Prompt:
Search term "Body": copy each line of the data containing it.

Record extracts:
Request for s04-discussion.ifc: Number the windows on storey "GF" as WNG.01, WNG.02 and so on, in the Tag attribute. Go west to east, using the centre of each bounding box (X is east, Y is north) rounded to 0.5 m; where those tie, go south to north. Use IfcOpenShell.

First a look at what the model holds.

```python
import ifcopenshell
import ifcopenshell.util.element
import ifcopenshell.util.placement

model = ifcopenshell.open("s04-discussion.ifc")
print(model.schema)
storey = next(s for s in model.by_type("IfcBuildingStorey") if s.Name == "GF")
windows = [e for e in ifcopenshell.util.element.get_decomposition(storey) if e.is_a("IfcWindow")]
for e in sorted(windows, key=lambda e: e.id()):
    origin = ifcopenshell.util.placement.get_local_placement(e.ObjectPlacement)[:3, 3]
    print(e.id(), e.Tag, e.Name, origin.round(2) + 0.0, sep=" | ")
```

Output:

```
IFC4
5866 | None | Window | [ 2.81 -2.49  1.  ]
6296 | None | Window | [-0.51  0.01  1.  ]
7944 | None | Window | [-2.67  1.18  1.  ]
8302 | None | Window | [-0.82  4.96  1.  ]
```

```python
import ifcopenshell
import ifcopenshell.geom
import ifcopenshell.util.element
import ifcopenshell.util.shape

model = ifcopenshell.open("s04-discussion.ifc")
settings = ifcopenshell.geom.settings()
settings.set("use-world-coords", True)


def centre(element):
    shape = ifcopenshell.geom.create_shape(settings, element)
    return ifcopenshell.util.shape.get_bbox_centroid(shape.geometry)


storey = next(s for s in model.by_type("IfcBuildingStorey") if s.Name == "GF")
windows = [e for e in ifcopenshell.util.element.get_decomposition(storey) if e.is_a("IfcWindow")]

# Insertion points can sit at a corner or the storey origin, so sort by the geometry (in metres).
centres = {e: centre(e) for e in windows}
windows.sort(key=lambda e: (round(centres[e][0] / 0.5), centres[e][1]))

for i, e in enumerate(windows, start=1):
    number = f"WNG.{i:02d}"
    e.Tag = number
    print(e.id(), number)

model.write("s04-discussion-out.ifc")
```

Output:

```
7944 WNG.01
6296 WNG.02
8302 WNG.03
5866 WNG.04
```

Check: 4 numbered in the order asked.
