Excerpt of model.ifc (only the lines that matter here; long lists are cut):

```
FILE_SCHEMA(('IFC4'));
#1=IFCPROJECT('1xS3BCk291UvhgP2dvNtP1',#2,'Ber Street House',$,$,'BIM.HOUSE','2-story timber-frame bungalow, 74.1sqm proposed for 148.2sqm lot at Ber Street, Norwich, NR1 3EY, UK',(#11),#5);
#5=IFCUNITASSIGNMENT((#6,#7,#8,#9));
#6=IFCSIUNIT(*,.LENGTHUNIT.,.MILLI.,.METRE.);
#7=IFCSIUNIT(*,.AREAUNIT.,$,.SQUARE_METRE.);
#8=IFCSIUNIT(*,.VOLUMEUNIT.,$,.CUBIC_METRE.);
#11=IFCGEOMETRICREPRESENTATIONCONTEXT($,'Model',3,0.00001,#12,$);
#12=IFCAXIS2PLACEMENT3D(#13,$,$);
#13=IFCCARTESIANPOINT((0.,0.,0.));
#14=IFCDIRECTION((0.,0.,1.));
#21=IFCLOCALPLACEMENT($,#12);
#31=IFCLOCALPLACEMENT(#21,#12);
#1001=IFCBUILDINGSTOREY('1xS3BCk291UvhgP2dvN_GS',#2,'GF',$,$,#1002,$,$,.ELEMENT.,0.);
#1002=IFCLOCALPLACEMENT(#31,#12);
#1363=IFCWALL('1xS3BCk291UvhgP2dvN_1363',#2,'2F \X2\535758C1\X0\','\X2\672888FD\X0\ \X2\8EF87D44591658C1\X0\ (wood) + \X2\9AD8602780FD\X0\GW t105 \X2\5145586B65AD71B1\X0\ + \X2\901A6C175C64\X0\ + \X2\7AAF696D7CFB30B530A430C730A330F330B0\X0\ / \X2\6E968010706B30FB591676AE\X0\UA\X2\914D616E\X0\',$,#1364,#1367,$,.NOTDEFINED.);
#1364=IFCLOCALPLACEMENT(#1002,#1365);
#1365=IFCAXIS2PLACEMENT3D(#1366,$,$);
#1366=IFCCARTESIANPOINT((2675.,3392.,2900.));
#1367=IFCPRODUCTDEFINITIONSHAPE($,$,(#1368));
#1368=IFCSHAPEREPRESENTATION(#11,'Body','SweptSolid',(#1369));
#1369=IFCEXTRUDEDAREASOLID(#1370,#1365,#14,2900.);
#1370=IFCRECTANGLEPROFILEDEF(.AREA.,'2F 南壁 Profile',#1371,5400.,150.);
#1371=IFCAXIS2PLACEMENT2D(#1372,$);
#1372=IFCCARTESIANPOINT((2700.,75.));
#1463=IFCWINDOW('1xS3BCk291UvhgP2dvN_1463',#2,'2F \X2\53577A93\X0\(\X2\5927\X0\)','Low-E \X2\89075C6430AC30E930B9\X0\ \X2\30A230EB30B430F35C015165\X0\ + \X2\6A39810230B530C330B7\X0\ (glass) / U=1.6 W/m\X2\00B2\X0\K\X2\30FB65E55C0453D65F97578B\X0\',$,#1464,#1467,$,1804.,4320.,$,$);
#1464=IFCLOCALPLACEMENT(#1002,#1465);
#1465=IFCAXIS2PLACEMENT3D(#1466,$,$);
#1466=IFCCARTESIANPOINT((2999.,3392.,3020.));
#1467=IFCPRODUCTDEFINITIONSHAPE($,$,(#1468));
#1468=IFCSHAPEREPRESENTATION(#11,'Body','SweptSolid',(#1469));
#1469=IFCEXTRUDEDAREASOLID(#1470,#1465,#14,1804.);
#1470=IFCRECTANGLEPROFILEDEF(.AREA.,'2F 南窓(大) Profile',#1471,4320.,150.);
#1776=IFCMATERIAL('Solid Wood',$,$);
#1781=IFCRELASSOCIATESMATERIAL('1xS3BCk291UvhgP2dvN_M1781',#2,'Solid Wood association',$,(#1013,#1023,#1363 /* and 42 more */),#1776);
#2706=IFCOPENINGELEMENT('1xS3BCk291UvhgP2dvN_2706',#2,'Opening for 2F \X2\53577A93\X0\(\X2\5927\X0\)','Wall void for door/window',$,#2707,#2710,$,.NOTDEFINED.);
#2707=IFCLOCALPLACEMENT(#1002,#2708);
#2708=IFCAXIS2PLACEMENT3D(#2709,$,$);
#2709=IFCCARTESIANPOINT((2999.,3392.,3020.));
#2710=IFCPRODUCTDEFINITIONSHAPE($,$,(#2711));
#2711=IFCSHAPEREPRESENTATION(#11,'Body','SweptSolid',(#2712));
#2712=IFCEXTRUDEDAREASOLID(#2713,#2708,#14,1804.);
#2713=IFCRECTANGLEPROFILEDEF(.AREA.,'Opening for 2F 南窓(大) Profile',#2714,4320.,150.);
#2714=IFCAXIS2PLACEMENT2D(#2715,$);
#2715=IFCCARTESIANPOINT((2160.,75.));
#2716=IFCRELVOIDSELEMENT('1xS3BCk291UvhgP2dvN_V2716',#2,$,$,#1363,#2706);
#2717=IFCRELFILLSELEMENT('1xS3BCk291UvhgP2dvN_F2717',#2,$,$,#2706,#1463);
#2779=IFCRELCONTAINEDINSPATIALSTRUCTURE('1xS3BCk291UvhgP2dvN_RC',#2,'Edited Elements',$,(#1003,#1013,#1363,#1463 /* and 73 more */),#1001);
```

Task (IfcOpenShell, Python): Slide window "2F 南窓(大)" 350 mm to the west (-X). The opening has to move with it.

```python
import ifcopenshell
import ifcopenshell.api.geometry
import ifcopenshell.util.placement

model = ifcopenshell.open("model.ifc")

window = model.by_id(1463)
opening = window.FillsVoids[0].RelatingOpeningElement
wall = opening.VoidsElements[0].RelatingBuildingElement

wall_matrix = ifcopenshell.util.placement.get_local_placement(wall.ObjectPlacement)
shift = wall_matrix[:3, 0] * -350.0
before = ifcopenshell.util.placement.get_local_placement(window.ObjectPlacement)[:3, 3].copy()

# The window is not placed relative to its opening, so move both.
for product in (opening, window):
    matrix = ifcopenshell.util.placement.get_local_placement(product.ObjectPlacement)
    matrix[:3, 3] += shift
    ifcopenshell.api.geometry.edit_object_placement(model, product=product, matrix=matrix, is_si=False)

after = ifcopenshell.util.placement.get_local_placement(window.ObjectPlacement)[:3, 3]
print("window moved by", (after - before).round(3) + 0.0)

model.write("model_v2.ifc")
```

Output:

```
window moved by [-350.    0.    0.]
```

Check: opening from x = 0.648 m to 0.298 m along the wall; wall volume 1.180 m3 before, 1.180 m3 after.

Written response:
#1368=IFCSHAPEREPRESENTATION(#11,'Body','SweptSolid',(#1369));
#1468=IFCSHAPEREPRESENTATION(#11,'Body','SweptSolid',(#1469));
#2711=IFCSHAPEREPRESENTATION(#11,'Body','SweptSolid',(#2712));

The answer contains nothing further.